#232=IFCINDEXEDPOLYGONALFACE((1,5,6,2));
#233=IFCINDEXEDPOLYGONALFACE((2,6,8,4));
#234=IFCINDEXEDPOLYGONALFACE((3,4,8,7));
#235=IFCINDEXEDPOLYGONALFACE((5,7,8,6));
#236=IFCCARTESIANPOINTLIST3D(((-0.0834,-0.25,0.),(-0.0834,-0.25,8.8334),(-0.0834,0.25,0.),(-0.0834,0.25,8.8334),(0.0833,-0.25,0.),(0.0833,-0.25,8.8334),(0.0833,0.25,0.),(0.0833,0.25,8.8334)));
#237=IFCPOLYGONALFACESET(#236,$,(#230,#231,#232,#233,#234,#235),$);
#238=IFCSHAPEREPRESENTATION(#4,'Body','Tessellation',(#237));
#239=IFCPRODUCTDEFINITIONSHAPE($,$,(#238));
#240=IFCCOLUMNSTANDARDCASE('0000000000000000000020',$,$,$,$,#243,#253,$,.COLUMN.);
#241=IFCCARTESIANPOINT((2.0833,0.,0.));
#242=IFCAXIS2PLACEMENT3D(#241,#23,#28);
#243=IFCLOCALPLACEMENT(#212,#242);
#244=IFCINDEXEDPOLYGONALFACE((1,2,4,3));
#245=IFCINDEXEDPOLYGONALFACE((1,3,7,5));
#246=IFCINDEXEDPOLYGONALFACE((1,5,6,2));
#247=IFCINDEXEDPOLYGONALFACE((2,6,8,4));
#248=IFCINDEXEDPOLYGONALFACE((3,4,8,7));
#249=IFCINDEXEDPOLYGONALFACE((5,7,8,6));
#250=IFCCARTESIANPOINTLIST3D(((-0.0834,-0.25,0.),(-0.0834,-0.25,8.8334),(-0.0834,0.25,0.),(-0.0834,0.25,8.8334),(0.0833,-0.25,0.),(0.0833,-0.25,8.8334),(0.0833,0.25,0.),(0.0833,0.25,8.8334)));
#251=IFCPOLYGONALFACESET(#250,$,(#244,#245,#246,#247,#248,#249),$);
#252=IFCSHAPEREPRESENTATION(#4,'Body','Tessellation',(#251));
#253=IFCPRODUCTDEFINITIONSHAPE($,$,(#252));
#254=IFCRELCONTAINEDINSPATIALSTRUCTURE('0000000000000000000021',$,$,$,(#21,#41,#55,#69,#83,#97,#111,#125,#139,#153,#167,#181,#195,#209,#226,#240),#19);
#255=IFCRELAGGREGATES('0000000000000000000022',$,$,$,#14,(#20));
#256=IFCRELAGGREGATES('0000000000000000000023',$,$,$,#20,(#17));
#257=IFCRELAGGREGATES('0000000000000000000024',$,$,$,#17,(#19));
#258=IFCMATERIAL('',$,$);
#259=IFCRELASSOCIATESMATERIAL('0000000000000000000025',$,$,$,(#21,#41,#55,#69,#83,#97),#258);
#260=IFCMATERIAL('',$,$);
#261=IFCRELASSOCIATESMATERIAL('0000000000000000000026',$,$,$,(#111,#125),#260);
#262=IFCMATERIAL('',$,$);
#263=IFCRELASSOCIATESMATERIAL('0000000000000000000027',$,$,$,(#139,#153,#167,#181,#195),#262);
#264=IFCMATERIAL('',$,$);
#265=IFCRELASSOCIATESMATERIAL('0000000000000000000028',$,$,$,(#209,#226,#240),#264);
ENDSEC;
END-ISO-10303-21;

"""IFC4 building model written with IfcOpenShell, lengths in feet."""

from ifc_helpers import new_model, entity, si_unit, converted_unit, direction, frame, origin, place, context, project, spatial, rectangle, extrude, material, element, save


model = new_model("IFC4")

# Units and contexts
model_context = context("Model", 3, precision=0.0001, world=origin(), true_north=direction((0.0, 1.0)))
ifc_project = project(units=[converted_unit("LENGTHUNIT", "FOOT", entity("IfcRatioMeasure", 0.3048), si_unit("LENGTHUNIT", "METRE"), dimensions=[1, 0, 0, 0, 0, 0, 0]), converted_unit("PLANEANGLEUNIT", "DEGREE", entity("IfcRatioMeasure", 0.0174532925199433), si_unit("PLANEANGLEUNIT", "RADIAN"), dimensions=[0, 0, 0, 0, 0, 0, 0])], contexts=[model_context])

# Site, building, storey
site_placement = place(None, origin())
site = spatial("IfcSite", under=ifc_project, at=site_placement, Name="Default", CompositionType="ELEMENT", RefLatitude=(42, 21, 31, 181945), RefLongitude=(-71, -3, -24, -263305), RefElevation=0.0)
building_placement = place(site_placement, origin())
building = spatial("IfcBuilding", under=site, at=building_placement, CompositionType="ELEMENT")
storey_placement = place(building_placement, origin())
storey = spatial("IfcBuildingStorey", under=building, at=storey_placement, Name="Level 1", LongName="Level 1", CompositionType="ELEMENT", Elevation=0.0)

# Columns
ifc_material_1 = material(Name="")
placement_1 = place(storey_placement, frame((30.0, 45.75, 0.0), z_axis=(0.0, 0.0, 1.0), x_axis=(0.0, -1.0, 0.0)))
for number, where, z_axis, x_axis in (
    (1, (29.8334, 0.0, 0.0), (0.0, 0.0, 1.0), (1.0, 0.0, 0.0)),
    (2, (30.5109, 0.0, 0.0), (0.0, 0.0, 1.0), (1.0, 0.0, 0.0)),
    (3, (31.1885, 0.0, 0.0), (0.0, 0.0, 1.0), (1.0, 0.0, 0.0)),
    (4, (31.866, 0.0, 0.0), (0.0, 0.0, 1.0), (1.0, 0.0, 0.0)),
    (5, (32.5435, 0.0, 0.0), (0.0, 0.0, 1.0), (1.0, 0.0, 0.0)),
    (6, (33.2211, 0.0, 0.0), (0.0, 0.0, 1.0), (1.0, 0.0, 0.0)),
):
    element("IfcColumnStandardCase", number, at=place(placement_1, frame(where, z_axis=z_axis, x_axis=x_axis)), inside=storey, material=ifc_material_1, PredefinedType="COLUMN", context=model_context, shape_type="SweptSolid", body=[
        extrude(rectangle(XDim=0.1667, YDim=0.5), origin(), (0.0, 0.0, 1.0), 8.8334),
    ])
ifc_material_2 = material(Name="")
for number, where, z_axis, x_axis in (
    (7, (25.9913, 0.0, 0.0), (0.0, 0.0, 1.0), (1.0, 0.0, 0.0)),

^^^^

Copy the lines above exactly, beginning at the line that has "# Units and contexts" and stopping after the line that has "building_placement = place(site_placement, origin())", and omit the rest.

# Units and contexts
model_context = context("Model", 3, precision=0.0001, world=origin(), true_north=direction((0.0, 1.0)))
ifc_project = project(units=[converted_unit("LENGTHUNIT", "FOOT", entity("IfcRatioMeasure", 0.3048), si_unit("LENGTHUNIT", "METRE"), dimensions=[1, 0, 0, 0, 0, 0, 0]), converted_unit("PLANEANGLEUNIT", "DEGREE", entity("IfcRatioMeasure", 0.0174532925199433), si_unit("PLANEANGLEUNIT", "RADIAN"), dimensions=[0, 0, 0, 0, 0, 0, 0])], contexts=[model_context])

# Site, building, storey
site_placement = place(None, origin())
site = spatial("IfcSite", under=ifc_project, at=site_placement, Name="Default", CompositionType="ELEMENT", RefLatitude=(42, 21, 31, 181945), RefLongitude=(-71, -3, -24, -263305), RefElevation=0.0)
building_placement = place(site_placement, origin())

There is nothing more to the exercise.